By the sixth day we’ve had it. I’ve already run through the Emirates toiletry kit and four shirts and one pant I’ve bought in Argentina, looking like a homeless tramp with only a knapsack while the rest of the press corp lugged around heavy bags and tents from bus to media tent every day. I know this will sound stupid, but just following the Dakar puts a toll on you. For three days in a row we were bussed, overnight, from bivouac to bivouac and that turned out to be a blessing – an air-conditioned bus is a far nicer place to sleep in than a sweltering (or freezing) tent. I’m not ashamed to say on day three, in Tucuman, we found a Sheraton where we got a full night’s sleep while our other colleagues discovered there aren’t too many joys to camping.

Things really peaked at the bivouac in Oruru where we reached at 9am after a ten hour bus ride. Out of breath (the camp is higher than Kaza on the Raid!) we had a communal shower in near-freezing conditions and then saw the skies turn an ugly grey before it turned the entire camp into one huge slush pit. At 9pm we lugged our luggage through knee deep slush and piled into the busses where we were told we aren’t going anywhere and were handed food rations to last through the night. Luckily somebody realised the longer we waited, the less likely the bus would make it out of the slushy bivouac and we were eventually bussed to La Paz where we hailed the first taxi we could find, found a hotel, and slept for 15 hours straight. This, really, is the Dakar.

The second half of the Dakar had a truncated two days in Bolivia due to the rains and then stage 9 in Argentina was cancelled due to landslides. Up front Mr Dakar, Stephane Peterhansel triumphed over Mr WRC Sebastien Loeb, the latter ruing the omission of WRC-like stages in the second half. Cyril Despres made it a Peugeot 1-2-3 with Nani Roma in the Toyota Hilux the best of the rest in fourth. In the trucks Eduard Nikolaev won for the second time in the Russian Kamaz with teammate Dmitry Sotnikov taking second ahead of 2016 winner Gerard de Rooy in the IVECO. And in the bikes Sam Sunderland, riding a KTM, took the first Dakar win for a Brit heading a KTM podium lock out ahead of Matthias Walkner and Gerard Farres.
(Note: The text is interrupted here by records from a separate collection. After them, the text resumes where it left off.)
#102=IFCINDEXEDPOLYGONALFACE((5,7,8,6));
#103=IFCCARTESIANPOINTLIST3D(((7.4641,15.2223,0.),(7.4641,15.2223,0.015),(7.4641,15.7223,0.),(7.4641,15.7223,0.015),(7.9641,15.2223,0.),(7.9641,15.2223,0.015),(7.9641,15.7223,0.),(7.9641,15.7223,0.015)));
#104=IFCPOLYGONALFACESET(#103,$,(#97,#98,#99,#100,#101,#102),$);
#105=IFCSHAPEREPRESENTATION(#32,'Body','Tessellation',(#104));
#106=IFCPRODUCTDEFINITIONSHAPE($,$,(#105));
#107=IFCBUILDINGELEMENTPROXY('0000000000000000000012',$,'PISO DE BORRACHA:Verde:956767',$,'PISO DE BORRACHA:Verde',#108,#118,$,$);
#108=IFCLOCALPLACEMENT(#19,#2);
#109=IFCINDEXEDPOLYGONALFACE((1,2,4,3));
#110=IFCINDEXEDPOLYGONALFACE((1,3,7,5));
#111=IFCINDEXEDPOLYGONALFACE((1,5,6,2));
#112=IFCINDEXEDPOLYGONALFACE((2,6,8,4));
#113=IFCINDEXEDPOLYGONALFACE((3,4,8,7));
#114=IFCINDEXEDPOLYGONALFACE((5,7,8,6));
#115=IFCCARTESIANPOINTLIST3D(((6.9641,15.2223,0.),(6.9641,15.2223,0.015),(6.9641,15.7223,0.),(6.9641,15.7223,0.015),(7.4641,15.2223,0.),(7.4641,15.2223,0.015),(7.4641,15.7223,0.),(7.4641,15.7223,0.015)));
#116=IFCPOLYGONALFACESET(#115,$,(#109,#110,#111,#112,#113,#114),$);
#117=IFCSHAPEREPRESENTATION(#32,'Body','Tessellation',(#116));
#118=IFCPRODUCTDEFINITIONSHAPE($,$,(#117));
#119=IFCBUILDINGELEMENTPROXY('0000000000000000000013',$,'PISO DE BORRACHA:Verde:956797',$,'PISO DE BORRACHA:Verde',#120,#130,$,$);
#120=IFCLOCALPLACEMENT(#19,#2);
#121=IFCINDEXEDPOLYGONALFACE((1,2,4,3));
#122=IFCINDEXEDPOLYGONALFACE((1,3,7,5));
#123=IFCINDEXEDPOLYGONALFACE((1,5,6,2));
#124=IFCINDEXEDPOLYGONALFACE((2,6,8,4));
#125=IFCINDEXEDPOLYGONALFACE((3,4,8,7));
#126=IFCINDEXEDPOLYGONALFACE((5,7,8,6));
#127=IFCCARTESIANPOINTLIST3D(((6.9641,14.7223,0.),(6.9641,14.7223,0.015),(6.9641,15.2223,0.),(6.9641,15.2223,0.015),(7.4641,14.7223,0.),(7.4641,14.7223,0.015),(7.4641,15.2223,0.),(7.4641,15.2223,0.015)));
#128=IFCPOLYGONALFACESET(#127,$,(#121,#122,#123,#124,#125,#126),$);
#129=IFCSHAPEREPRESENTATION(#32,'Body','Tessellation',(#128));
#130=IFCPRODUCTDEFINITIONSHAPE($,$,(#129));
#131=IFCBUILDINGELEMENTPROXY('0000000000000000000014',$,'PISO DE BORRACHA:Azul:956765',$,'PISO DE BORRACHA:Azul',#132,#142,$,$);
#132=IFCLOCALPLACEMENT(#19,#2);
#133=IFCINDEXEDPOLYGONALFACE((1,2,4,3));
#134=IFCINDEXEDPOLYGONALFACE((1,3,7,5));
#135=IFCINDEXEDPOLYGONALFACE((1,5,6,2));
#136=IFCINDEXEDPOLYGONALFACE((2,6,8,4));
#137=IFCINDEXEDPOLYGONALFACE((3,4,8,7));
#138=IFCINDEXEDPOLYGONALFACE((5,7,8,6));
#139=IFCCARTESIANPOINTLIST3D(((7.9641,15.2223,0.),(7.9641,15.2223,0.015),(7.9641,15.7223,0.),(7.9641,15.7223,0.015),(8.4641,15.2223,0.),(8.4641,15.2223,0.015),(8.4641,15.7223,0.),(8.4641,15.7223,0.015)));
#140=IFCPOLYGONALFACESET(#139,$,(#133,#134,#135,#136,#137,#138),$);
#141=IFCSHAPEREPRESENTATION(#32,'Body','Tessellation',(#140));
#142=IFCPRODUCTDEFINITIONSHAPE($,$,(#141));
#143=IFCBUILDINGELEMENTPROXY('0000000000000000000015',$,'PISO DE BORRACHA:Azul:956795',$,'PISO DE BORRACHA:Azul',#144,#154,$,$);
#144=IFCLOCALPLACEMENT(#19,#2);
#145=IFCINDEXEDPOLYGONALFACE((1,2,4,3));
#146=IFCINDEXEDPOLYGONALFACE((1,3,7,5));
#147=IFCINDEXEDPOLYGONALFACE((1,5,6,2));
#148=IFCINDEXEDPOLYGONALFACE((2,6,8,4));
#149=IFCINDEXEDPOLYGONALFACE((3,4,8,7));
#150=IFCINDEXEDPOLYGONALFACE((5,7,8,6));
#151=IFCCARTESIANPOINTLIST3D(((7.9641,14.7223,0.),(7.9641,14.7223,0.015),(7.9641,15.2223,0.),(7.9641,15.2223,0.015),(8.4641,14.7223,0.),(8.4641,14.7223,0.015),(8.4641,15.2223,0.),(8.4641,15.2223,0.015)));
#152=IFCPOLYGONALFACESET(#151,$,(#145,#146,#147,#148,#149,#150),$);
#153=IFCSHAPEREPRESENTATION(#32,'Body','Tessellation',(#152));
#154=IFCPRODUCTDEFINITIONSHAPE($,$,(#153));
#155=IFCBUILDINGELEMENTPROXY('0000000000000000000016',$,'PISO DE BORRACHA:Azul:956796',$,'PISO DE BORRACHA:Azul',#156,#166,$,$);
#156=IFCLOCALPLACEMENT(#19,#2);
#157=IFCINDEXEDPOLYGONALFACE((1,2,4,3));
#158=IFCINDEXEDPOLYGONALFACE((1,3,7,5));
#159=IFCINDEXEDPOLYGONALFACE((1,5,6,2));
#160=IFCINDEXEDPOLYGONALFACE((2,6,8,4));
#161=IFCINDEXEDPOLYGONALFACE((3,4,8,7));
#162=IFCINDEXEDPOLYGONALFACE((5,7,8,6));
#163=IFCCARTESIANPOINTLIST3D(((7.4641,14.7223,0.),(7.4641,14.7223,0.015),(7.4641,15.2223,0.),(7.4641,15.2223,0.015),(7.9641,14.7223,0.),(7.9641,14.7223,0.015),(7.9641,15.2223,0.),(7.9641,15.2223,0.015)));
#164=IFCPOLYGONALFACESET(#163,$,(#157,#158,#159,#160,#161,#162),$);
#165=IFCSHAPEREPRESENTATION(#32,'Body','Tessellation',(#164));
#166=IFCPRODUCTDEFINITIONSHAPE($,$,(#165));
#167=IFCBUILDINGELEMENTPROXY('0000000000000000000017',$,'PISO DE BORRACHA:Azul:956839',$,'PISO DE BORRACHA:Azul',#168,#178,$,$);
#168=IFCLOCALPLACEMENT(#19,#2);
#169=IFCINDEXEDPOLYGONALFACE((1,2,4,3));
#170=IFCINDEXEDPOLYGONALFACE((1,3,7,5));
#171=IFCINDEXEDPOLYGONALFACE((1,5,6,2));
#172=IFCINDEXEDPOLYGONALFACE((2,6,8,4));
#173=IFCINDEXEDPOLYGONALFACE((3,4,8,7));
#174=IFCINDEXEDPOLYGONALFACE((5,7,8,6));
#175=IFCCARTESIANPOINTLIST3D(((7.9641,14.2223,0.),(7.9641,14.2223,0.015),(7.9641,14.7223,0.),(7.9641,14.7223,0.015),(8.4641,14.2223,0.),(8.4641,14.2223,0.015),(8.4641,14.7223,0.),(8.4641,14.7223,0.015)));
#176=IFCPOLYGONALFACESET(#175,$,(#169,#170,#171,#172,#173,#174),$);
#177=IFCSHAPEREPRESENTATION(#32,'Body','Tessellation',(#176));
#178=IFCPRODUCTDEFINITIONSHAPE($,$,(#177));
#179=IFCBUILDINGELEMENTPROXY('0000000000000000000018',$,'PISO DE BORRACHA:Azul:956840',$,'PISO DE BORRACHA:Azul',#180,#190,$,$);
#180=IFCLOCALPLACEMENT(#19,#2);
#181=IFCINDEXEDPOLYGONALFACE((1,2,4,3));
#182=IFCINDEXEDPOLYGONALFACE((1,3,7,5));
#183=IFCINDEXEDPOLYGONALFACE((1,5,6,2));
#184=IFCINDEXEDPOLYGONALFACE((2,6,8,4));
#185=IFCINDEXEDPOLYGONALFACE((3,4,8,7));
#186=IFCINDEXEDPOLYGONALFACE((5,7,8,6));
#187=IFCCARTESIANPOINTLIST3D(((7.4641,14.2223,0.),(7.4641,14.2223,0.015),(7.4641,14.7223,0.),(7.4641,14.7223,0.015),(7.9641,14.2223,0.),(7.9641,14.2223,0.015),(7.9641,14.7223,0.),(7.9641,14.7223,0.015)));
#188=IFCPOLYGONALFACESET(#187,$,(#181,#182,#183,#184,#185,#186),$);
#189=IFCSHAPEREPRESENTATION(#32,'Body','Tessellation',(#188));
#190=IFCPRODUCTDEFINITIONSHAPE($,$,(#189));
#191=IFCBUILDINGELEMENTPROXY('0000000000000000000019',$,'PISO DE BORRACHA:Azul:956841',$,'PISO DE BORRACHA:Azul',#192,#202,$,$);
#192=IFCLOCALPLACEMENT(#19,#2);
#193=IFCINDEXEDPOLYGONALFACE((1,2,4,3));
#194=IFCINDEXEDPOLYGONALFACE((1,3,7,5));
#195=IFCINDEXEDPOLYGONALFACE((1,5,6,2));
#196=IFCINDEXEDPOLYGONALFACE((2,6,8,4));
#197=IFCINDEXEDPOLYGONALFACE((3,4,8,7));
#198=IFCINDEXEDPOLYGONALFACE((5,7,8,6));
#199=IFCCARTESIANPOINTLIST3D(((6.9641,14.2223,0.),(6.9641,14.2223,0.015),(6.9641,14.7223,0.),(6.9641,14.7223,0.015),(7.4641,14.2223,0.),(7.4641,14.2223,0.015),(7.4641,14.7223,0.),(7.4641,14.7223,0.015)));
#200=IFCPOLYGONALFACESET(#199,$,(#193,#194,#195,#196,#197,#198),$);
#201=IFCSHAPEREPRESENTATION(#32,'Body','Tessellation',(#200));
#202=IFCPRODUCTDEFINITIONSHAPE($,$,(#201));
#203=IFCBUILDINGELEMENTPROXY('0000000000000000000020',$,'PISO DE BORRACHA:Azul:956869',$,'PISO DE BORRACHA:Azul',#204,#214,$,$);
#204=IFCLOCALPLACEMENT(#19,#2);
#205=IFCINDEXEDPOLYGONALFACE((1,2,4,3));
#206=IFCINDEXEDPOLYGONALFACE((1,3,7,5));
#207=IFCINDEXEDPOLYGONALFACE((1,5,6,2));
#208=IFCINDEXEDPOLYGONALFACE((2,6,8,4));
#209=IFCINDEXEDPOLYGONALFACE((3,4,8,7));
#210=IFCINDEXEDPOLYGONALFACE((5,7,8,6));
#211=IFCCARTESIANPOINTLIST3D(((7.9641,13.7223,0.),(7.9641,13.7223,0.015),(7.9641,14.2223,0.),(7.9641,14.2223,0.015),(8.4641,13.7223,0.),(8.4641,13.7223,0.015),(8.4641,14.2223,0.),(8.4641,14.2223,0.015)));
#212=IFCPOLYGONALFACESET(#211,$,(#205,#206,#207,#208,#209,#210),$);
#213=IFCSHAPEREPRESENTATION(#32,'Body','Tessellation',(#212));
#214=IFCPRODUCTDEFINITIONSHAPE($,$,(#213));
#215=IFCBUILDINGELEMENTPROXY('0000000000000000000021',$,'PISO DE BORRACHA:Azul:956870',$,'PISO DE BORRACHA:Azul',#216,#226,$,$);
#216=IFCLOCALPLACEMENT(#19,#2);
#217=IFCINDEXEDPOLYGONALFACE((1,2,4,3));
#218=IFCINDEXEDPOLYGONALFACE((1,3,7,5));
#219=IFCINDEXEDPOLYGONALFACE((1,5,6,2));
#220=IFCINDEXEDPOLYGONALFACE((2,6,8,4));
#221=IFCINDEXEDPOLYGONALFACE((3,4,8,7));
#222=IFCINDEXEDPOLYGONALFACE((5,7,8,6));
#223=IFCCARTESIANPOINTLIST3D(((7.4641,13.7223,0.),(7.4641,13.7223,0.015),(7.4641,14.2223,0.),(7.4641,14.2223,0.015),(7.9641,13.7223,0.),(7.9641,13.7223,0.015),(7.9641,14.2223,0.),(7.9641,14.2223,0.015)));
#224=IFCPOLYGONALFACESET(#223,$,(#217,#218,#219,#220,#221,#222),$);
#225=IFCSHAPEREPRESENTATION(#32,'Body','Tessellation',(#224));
As for our Indian team Hero MotoSports had a fantastic debut year bringing both bikes home to the finish with rookie Rodrigues finishing a phenomenal 10th while C S Santosh took his second Dakar finish, riding up the ramp in Buenos Aires in 47th position. Team Sherco TVS also had a great finish with Pedrero finishing 13th in the overall standings with Metge 22nd.